• **Data shown**
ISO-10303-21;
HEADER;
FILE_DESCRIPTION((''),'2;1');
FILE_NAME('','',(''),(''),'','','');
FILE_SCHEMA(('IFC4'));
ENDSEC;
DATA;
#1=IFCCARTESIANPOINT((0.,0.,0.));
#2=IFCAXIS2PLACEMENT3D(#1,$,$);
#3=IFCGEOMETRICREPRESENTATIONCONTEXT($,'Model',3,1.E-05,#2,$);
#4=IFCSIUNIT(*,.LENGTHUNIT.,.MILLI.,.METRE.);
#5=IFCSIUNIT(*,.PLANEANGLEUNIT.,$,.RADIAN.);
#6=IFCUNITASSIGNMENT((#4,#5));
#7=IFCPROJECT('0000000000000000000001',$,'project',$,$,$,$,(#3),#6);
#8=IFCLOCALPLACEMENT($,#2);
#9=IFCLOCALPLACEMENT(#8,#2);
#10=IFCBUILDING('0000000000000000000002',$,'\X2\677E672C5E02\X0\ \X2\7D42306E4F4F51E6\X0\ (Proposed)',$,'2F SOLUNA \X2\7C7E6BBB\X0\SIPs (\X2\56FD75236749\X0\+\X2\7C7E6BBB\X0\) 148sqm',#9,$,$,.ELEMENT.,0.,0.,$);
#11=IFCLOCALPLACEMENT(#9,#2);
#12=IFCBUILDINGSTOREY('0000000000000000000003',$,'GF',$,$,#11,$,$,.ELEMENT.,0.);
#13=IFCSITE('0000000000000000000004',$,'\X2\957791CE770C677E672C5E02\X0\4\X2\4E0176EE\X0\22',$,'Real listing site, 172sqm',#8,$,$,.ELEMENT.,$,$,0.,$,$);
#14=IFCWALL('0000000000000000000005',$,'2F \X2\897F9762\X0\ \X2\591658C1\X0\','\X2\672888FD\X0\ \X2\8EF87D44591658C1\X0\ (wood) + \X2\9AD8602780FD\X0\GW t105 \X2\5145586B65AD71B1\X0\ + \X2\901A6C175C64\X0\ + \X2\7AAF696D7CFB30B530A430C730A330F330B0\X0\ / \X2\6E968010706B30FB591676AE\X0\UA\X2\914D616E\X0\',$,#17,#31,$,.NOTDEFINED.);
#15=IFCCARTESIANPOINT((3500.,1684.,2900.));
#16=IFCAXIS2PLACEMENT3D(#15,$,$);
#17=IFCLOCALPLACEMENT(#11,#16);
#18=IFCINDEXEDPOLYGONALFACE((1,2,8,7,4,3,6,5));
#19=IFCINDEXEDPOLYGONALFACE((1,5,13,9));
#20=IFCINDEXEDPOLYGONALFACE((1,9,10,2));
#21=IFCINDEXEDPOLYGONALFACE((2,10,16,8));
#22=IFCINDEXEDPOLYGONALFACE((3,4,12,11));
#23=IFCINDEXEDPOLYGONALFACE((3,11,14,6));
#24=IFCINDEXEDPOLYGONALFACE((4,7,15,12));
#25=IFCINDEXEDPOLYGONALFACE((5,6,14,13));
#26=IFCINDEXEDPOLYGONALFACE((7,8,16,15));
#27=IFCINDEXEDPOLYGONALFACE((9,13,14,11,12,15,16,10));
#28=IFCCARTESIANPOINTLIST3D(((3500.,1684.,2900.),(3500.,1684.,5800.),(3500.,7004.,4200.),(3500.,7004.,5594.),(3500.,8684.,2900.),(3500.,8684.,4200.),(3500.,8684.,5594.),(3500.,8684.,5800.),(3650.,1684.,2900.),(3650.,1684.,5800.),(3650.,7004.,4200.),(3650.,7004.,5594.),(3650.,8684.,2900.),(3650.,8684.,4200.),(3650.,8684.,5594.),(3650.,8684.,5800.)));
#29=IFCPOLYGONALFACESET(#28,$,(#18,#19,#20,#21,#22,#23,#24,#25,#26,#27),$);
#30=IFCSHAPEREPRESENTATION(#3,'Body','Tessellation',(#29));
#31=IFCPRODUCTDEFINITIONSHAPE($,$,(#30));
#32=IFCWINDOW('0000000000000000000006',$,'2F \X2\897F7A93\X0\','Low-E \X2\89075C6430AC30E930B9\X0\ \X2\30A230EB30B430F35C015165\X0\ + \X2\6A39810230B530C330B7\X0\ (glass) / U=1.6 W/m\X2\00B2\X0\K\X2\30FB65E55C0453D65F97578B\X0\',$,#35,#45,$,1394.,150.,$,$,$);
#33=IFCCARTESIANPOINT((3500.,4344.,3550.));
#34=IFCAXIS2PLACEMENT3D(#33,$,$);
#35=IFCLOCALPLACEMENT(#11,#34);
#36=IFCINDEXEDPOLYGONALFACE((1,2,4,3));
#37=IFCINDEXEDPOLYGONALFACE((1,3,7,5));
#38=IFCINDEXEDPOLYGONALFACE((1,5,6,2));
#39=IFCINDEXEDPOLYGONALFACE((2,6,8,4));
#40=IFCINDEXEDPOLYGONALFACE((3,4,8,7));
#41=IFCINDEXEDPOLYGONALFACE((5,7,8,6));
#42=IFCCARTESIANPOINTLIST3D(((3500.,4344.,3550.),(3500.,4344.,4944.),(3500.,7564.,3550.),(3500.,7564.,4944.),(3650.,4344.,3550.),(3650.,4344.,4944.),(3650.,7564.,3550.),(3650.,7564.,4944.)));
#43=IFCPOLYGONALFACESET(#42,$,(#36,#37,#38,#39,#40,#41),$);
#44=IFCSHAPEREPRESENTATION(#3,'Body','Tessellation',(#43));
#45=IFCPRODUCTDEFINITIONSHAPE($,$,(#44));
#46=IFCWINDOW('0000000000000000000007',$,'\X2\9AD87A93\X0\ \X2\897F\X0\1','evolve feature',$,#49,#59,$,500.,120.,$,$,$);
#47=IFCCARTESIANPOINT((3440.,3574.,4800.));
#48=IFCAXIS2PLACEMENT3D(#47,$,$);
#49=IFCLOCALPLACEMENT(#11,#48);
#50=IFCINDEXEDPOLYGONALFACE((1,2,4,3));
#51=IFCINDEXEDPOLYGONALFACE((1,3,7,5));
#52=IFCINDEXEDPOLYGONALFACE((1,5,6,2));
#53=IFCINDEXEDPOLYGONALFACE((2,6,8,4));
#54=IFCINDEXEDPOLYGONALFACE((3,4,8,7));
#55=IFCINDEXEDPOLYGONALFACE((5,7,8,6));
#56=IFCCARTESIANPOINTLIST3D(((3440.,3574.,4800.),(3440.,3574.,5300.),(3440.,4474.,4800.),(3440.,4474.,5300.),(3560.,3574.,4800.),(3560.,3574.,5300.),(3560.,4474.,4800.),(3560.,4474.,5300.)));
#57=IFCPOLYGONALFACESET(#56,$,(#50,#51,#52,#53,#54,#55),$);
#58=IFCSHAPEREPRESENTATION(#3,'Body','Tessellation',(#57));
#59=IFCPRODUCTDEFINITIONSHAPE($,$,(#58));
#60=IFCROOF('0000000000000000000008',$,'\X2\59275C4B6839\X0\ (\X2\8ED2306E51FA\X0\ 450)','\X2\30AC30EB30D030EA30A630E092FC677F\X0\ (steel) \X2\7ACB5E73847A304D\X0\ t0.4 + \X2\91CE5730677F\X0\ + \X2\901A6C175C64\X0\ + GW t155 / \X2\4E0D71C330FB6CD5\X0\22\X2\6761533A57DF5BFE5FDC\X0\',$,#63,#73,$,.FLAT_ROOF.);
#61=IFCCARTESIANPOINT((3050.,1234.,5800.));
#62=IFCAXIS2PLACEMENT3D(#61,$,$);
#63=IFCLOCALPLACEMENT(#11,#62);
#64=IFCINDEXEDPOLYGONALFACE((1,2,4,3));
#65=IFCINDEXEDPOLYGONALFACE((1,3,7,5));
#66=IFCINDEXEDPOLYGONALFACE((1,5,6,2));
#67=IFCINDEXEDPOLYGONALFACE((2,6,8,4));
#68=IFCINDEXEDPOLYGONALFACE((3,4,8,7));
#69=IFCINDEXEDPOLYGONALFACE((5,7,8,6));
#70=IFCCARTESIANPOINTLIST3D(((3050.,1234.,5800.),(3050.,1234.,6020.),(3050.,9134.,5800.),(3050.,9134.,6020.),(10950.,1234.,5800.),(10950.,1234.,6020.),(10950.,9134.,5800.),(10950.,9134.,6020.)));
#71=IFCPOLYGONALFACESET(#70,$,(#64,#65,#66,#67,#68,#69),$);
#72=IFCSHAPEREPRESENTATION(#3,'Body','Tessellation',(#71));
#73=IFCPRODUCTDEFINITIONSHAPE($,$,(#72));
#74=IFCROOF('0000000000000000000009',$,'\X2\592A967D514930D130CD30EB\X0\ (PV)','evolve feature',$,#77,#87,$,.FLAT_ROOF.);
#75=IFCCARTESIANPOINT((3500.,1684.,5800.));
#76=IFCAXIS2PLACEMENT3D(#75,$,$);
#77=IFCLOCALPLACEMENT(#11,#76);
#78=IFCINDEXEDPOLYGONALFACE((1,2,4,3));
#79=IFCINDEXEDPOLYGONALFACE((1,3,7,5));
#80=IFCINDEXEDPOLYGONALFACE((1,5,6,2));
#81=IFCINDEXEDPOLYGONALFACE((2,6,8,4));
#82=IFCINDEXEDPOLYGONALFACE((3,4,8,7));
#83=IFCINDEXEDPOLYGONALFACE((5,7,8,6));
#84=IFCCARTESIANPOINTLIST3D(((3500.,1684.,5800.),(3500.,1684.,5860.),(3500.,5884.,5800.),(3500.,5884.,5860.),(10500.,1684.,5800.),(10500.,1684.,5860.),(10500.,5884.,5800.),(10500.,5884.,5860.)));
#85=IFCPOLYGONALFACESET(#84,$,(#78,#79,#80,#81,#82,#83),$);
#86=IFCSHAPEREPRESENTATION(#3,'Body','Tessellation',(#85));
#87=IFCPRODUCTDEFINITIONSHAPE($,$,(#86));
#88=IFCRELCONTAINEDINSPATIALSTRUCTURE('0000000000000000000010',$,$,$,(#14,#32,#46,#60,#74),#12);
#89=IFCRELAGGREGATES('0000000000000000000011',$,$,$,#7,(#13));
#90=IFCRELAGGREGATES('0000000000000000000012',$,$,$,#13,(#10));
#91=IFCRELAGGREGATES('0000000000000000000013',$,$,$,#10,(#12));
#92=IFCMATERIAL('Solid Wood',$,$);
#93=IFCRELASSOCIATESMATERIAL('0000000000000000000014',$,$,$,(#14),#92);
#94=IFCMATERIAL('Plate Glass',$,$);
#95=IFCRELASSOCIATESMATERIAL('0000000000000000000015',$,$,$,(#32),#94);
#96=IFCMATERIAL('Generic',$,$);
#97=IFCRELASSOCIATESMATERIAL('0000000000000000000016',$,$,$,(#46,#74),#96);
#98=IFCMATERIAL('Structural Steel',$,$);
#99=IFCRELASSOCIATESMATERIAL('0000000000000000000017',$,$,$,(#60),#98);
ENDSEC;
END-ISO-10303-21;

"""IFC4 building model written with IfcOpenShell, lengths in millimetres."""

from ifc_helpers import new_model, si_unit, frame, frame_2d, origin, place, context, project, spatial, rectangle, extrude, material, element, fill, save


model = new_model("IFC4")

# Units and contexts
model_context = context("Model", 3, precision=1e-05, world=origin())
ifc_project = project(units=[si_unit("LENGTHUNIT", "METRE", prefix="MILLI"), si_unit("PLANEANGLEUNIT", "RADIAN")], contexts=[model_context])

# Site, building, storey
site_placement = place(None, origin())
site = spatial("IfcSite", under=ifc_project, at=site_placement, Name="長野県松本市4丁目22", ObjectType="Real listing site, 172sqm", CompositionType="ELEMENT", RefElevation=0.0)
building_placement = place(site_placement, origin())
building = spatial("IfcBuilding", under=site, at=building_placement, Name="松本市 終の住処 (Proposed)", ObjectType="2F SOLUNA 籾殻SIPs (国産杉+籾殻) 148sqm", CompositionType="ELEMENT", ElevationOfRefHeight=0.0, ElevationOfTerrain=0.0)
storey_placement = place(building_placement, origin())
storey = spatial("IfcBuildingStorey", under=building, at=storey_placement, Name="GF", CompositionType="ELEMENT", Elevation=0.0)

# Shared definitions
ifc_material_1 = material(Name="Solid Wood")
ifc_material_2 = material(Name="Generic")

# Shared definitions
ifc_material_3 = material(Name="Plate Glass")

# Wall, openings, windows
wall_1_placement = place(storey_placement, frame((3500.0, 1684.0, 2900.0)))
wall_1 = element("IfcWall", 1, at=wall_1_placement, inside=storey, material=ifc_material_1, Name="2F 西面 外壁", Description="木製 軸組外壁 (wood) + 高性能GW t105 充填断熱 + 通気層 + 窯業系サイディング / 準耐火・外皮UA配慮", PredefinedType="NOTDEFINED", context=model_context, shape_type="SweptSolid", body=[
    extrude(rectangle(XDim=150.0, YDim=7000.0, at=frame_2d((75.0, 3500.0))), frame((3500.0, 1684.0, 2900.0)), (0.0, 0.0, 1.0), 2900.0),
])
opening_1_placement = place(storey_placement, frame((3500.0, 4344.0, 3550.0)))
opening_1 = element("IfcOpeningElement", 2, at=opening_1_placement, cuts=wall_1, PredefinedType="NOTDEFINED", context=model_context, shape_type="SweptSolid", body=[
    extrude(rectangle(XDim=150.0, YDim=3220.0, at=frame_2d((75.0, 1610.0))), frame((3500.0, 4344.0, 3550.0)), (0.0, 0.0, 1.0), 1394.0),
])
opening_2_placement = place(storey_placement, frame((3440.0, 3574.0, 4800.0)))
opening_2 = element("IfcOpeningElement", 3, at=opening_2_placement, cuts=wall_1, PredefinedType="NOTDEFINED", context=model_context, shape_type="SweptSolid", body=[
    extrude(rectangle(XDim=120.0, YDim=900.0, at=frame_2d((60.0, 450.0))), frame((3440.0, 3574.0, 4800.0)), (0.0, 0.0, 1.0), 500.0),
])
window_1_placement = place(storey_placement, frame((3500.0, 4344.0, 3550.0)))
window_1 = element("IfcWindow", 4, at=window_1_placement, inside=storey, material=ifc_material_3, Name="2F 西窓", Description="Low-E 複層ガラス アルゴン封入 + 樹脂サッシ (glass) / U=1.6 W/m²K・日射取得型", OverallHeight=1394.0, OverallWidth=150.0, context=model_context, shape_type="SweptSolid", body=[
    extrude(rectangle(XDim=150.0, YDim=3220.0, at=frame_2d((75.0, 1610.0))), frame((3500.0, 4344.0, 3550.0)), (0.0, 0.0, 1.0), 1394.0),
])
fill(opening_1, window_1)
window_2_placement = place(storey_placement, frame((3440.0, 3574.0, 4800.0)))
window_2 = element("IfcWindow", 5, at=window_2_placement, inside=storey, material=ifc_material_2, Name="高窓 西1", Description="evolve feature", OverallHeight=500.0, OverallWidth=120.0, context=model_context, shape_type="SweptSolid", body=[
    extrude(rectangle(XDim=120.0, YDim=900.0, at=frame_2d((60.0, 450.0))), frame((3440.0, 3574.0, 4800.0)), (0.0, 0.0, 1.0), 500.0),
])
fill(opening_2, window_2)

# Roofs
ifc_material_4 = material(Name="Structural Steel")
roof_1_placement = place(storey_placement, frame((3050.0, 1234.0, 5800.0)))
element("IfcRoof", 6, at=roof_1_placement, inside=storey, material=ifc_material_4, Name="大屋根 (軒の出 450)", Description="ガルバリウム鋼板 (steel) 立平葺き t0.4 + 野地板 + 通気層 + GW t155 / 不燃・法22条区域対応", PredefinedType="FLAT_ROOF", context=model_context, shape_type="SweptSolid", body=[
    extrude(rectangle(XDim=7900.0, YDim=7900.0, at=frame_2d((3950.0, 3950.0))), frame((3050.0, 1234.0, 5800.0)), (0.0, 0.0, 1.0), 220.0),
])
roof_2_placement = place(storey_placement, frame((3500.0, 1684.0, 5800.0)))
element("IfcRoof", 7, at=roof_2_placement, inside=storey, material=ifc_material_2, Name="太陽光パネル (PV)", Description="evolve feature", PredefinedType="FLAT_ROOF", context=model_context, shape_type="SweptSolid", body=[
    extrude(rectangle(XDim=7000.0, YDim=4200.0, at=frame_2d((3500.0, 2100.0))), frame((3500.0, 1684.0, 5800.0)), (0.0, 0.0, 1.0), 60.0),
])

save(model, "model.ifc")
==
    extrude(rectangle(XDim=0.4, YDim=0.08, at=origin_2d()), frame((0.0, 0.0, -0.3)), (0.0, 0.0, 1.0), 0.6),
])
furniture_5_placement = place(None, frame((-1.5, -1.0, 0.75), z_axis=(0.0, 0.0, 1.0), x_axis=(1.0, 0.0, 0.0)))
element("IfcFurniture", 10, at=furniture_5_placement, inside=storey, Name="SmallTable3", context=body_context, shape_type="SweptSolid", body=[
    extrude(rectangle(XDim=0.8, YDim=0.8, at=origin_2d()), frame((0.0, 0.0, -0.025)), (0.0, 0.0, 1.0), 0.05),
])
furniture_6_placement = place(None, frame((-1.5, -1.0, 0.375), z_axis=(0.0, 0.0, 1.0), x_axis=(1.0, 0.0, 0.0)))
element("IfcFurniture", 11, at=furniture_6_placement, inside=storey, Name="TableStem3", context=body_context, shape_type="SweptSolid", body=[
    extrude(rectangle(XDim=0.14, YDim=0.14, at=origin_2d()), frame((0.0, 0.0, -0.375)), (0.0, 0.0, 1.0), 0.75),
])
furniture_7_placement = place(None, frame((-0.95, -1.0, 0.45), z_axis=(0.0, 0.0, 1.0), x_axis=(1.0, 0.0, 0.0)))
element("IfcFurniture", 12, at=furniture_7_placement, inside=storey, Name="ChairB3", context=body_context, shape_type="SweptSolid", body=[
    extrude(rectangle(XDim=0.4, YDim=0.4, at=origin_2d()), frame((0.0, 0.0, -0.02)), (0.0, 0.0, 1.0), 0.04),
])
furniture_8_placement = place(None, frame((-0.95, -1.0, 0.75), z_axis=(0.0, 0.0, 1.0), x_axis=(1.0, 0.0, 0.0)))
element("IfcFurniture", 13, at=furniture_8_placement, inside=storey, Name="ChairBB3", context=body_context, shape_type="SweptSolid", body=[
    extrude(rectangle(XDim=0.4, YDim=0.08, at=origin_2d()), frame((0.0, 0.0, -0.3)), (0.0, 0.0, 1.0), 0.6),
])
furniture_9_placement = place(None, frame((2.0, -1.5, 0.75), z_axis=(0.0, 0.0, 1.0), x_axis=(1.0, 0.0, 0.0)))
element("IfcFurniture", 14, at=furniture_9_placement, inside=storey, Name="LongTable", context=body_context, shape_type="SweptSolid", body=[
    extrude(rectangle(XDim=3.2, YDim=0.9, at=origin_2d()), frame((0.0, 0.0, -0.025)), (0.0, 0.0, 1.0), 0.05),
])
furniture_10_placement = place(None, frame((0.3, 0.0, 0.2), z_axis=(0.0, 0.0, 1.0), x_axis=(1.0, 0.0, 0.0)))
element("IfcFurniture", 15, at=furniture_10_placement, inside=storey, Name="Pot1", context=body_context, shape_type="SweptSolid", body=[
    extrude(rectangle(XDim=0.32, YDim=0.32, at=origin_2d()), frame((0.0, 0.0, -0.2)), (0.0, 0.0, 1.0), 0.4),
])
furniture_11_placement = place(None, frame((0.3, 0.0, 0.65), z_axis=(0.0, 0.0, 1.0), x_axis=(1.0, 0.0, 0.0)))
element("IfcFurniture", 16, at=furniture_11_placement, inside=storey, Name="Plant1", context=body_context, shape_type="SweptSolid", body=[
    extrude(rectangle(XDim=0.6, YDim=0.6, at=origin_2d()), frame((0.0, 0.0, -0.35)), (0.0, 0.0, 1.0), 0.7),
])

• **Exercise prompt**
Send back an exact copy of only the lines from the line with "#39=IFCINDEXEDPOLYGONALFACE((2,6,8,4));" up to and including the line with "#47=IFCCARTESIANPOINT((3440.,3574.,4800.));" in the data above.

• **Answer below**
#39=IFCINDEXEDPOLYGONALFACE((2,6,8,4));
#40=IFCINDEXEDPOLYGONALFACE((3,4,8,7));
#41=IFCINDEXEDPOLYGONALFACE((5,7,8,6));
#42=IFCCARTESIANPOINTLIST3D(((3500.,4344.,3550.),(3500.,4344.,4944.),(3500.,7564.,3550.),(3500.,7564.,4944.),(3650.,4344.,3550.),(3650.,4344.,4944.),(3650.,7564.,3550.),(3650.,7564.,4944.)));
#43=IFCPOLYGONALFACESET(#42,$,(#36,#37,#38,#39,#40,#41),$);
#44=IFCSHAPEREPRESENTATION(#3,'Body','Tessellation',(#43));
#45=IFCPRODUCTDEFINITIONSHAPE($,$,(#44));
#46=IFCWINDOW('0000000000000000000007',$,'\X2\9AD87A93\X0\ \X2\897F\X0\1','evolve feature',$,#49,#59,$,500.,120.,$,$,$);
#47=IFCCARTESIANPOINT((3440.,3574.,4800.));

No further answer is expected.